# Steelhead



## Khersh88 (Aug 20, 2011)

I hope this is in the right place im sure its too early tho. I have some questions about steelhead run a few years ago i fished a place called walnut creek in pa it was early spring and man it was amazing!! I went to conneaut last spring or this spring not sure which one but i think last and it sucked horribly now my question is when do they start moving in the creeks in fall? And is it as active as spring? The reason im asking so early is because my buddy has a cabin up that way on the lake hes going to rent out to me and a couple people and id like to give him a general idea of when. He doesnt need a exact date just a general idea time frame and that way i can save up a few $ to go too. Thank you for any help.


----------



## mdogs444 (Aug 29, 2012)

The steelhead start moving into the tributaries in Fall (late Sept-Oct) and can be caught through spring (usually April-May). The difference for the most part is that PA steelhead spawn in the fall where OH steelhead spawn in the spring. The Oct-Nov run in PA is very good and the Mar-Apr run in OH is very good. 

The only bad thing about October in PA at Walnut and Elk is when the leaves start falling, it can be like casting into a bowl of oatmeal haha.


----------



## fishinnick (Feb 19, 2011)

Steelheading on Walnut is much different than Conneaut. If you think Walnut was amazing in the spring, go in Oct or Nov and see what it's like. You will see TONS of fish in the holes. But it's also a lot more crowded in the fall. 

On Conneaut, for the most part you won't see any fish. I don't have much experience fishing Conneaut in the spring, but I have had good days in the fall. Compared to walnut, fishing on Conneaut is more "real". You just may need to cover more water to find fish, but they're there. Seeing you're comming from Warren, fish both!


----------



## Khersh88 (Aug 20, 2011)

Thanks for the scoop on the two and theyre differences. Ha ha not so sure about oh/ pa spawning times being opposite ha ha that wouldnt make any sense but i dont know alot about steelhead other than theyre good to eat and even better to catch. Thanks.


----------



## Lundfish (Apr 7, 2010)

Khersh88 said:


> Thanks for the scoop on the two and theyre differences. Ha ha not so sure about oh/ pa spawning times being opposite ha ha that wouldnt make any sense but i guess u have ur opinion. Thanks.
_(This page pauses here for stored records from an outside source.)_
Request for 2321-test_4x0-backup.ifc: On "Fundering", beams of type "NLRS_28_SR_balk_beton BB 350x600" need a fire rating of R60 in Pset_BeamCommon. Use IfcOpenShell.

First a look at what the model holds.

```python
import ifcopenshell
import ifcopenshell.util.element

model = ifcopenshell.open("2321-test_4x0-backup.ifc")
print(model.schema)
storey = next(s for s in model.by_type("IfcBuildingStorey") if s.Name == "Fundering")
beams = [e for e in ifcopenshell.util.element.get_decomposition(storey) if e.is_a("IfcBeam")]
seen = {}
for e in beams:
    element_type = ifcopenshell.util.element.get_type(e)
    key = (element_type.Name if element_type != e and element_type else None, ifcopenshell.util.element.get_pset(e, "Pset_BeamCommon", "FireRating"))
    seen[key] = seen.get(key, 0) + 1
for (name, value), count in sorted(seen.items(), key=str):
    print(count, "x", name, "|", value)
```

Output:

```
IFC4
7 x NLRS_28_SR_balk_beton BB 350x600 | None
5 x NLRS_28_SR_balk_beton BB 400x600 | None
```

```python
import ifcopenshell
import ifcopenshell.api.pset
import ifcopenshell.util.element

model = ifcopenshell.open("2321-test_4x0-backup.ifc")

storey = next(s for s in model.by_type("IfcBuildingStorey") if s.Name == "Fundering")
beams = [e for e in ifcopenshell.util.element.get_decomposition(storey) if e.is_a("IfcBeam")]

count = 0
for e in beams:
    element_type = ifcopenshell.util.element.get_type(e)
    if element_type in (None, e) or element_type.Name != "NLRS_28_SR_balk_beton BB 350x600":
        continue
    # add_pset returns the element's existing set when there is one.
    pset = ifcopenshell.api.pset.add_pset(model, product=e, name="Pset_BeamCommon")
    ifcopenshell.api.pset.edit_pset(model, pset=pset, properties={"FireRating": "R60"})
    count += 1

print(count, "beams updated")

model.write("2321-test_4x0-backup_rev.ifc")
```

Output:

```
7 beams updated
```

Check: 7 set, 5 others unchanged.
Ya I'd like to see the facts about that. Steelhead spawning like salmon...interesting.


----------



## Stickman (Dec 5, 2008)

It might make sense if there were different strains of steelhead that each state stocked. 

Mut vs. Manistee


----------



## fishinnick (Feb 19, 2011)

Naturally, all rainbow trout(steelhead and non-steelhead) are spring spawners. Different strains may run at different times, but they all spawn in the spring.

Now some hatchery fish have been tinkered with so much that some do end up spawning in the fall. I have seen this with regular stocked rainbows as well as steelhead, but still the majority of the fish, stocked or wild, regardless of strain and run times, spawn in the spring.
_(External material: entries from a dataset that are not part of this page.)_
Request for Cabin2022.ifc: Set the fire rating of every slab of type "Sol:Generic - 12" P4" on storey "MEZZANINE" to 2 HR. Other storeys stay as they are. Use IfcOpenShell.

First a look at what the model holds.

```python
import ifcopenshell
import ifcopenshell.util.element

model = ifcopenshell.open("Cabin2022.ifc")
print(model.schema)
storey = next(s for s in model.by_type("IfcBuildingStorey") if s.Name == "MEZZANINE")
slabs = [e for e in ifcopenshell.util.element.get_decomposition(storey) if e.is_a("IfcSlab")]
seen = {}
for e in slabs:
    element_type = ifcopenshell.util.element.get_type(e)
    key = (element_type.Name if element_type != e and element_type else None, ifcopenshell.util.element.get_pset(e, "Pset_SlabCommon", "FireRating"))
    seen[key] = seen.get(key, 0) + 1
for (name, value), count in sorted(seen.items(), key=str):
    print(count, "x", name, "|", value)
```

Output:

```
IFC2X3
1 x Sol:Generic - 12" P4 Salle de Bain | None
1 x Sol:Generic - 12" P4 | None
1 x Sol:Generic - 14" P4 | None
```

```python
import ifcopenshell
import ifcopenshell.api.pset
import ifcopenshell.util.element

model = ifcopenshell.open("Cabin2022.ifc")

storey = next(s for s in model.by_type("IfcBuildingStorey") if s.Name == "MEZZANINE")
slabs = [e for e in ifcopenshell.util.element.get_decomposition(storey) if e.is_a("IfcSlab")]

count = 0
for e in slabs:
    element_type = ifcopenshell.util.element.get_type(e)
    if element_type in (None, e) or element_type.Name != 'Sol:Generic - 12" P4':
        continue
    # add_pset returns the element's existing set when there is one.
    pset = ifcopenshell.api.pset.add_pset(model, product=e, name="Pset_SlabCommon")
    ifcopenshell.api.pset.edit_pset(model, pset=pset, properties={"FireRating": "2 HR"})
    count += 1

print(count, "slabs updated")

model.write("Cabin2022_edited.ifc")
```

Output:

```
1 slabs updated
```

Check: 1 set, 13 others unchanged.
Yeah, PA stocks the "mut" strain, which is a mix of a bunch of different strains of steelhead(and I think there's some non-steelhead rainbow strains mixed in too). Ohio is the Little manistee strain. PA created the mut strain to hopefully have good runs of fish fall through spring, although the majority of the fish run in the fall.


----------



## Lundfish (Apr 7, 2010)

All Steelhead are rainbow trout. We have generations derived from a California stream trout that was introduced to the great lakes.

Why would one spawn in the fall? A skamania is still a spring spawnner holding late ine the river.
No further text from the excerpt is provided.